| Provided information |
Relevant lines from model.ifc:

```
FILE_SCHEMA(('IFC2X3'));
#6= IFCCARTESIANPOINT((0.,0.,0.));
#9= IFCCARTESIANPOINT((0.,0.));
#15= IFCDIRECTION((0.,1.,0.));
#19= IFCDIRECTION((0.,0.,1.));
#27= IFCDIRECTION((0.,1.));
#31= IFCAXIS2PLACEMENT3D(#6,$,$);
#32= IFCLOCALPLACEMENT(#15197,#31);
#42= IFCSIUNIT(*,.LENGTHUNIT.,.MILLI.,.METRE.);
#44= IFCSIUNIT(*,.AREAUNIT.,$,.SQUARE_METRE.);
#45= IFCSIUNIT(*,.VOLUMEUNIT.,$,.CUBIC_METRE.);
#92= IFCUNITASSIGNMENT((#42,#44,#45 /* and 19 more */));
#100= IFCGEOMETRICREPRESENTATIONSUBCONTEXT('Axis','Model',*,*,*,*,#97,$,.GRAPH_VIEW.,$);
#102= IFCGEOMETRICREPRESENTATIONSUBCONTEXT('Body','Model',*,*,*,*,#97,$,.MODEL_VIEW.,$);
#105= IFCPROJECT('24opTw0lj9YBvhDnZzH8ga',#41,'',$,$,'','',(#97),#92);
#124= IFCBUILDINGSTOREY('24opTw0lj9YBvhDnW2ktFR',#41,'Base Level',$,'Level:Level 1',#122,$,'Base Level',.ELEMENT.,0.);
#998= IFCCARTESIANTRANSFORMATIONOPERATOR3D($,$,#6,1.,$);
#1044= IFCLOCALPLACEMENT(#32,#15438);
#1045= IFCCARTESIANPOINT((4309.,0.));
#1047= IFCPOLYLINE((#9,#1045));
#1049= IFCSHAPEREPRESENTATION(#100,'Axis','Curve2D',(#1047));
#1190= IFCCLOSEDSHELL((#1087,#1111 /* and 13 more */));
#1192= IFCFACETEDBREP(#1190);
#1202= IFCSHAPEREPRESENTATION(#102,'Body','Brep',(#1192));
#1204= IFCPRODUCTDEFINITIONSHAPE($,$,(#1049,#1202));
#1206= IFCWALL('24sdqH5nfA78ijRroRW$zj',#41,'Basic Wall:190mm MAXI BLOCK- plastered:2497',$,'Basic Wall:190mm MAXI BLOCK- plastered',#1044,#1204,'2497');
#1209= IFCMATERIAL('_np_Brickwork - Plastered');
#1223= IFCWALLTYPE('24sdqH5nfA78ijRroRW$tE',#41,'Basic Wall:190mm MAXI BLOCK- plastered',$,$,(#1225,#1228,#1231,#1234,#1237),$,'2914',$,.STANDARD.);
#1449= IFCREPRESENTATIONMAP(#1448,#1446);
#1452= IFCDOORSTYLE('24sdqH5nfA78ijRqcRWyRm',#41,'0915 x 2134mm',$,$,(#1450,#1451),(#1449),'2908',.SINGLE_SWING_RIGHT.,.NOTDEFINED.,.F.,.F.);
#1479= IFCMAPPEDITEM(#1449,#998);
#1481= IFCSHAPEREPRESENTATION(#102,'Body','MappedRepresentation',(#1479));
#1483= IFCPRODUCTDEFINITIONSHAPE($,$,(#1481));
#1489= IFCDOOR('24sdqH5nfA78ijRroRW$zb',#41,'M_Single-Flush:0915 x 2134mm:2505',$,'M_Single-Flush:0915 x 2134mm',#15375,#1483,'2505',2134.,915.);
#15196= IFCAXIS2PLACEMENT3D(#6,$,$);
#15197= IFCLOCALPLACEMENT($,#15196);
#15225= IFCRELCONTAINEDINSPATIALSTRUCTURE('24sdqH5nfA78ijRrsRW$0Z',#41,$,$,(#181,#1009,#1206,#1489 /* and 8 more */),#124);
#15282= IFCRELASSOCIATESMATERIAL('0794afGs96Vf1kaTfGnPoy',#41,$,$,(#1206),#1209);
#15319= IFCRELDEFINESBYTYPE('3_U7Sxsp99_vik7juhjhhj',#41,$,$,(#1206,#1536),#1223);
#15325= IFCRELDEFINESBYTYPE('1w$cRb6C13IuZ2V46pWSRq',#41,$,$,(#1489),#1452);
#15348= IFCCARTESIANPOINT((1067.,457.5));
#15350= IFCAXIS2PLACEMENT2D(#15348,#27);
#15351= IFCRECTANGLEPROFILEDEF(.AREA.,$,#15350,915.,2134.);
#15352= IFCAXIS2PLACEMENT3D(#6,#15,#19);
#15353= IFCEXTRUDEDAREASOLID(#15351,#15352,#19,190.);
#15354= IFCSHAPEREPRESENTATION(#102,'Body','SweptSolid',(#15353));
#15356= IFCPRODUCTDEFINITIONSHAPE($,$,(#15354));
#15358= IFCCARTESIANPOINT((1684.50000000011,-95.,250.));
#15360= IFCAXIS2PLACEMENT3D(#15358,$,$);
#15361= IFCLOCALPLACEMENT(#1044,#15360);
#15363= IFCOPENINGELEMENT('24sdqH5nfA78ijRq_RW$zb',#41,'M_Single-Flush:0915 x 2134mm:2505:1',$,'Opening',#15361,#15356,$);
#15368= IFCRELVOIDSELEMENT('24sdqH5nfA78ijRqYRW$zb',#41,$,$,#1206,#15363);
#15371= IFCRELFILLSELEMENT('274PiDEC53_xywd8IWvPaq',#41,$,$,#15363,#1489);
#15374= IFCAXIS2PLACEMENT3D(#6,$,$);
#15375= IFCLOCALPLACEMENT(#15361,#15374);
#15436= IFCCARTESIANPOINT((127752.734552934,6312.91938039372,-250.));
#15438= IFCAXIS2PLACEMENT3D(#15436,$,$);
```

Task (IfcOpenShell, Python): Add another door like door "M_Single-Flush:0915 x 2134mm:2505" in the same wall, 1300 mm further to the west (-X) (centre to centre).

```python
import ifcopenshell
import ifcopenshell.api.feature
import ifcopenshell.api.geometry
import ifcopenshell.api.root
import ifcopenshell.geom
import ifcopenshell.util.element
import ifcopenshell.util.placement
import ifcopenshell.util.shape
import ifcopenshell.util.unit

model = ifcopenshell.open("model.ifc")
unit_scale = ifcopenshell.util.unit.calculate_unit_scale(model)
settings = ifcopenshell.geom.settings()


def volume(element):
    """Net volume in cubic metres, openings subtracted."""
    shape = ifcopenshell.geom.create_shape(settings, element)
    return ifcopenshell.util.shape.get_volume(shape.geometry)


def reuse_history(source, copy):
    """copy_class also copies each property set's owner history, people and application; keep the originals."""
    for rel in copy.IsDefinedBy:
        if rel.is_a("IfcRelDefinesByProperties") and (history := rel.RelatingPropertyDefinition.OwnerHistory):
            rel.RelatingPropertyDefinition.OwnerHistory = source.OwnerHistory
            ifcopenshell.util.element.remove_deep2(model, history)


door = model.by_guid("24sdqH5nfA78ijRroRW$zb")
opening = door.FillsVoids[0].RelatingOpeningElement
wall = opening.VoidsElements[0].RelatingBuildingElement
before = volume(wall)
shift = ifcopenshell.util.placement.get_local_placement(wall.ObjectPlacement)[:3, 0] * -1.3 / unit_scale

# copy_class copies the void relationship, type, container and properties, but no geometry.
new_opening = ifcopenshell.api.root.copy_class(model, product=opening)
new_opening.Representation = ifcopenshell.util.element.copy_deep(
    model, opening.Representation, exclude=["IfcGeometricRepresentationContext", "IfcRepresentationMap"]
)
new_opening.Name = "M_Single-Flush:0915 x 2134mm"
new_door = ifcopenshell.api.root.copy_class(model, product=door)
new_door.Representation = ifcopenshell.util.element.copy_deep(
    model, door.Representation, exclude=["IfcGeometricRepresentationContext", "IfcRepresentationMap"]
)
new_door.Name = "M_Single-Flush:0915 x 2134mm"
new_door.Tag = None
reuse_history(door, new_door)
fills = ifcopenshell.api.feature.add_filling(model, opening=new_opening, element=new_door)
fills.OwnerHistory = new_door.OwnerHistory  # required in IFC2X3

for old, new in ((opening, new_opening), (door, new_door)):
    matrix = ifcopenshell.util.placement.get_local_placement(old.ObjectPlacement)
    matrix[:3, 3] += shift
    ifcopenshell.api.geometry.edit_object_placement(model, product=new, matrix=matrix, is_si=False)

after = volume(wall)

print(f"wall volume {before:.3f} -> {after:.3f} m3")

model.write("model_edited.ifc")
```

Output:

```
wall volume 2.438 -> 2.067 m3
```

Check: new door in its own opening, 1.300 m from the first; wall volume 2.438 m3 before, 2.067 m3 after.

--

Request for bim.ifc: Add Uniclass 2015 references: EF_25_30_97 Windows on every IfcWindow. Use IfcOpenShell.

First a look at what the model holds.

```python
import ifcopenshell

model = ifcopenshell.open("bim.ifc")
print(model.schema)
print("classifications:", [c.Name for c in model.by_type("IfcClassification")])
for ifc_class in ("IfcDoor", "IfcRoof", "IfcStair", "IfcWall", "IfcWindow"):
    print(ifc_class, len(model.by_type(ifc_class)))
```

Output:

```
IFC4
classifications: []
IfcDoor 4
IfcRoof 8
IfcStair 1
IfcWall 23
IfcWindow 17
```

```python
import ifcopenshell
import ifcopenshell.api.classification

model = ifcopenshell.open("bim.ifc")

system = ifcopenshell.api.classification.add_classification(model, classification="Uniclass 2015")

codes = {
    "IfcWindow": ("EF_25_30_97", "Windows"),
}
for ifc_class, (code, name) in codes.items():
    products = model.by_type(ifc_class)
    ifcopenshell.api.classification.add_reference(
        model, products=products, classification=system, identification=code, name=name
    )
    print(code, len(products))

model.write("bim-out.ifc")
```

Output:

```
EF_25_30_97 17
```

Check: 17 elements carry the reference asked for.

| Exercise objective |
Look through the entries above, and wherever a line holds the word "Check", copy it.

| Solution to this exercise |
Check: new door in its own opening, 1.300 m from the first; wall volume 2.438 m3 before, 2.067 m3 after.
Check: 17 elements carry the reference asked for.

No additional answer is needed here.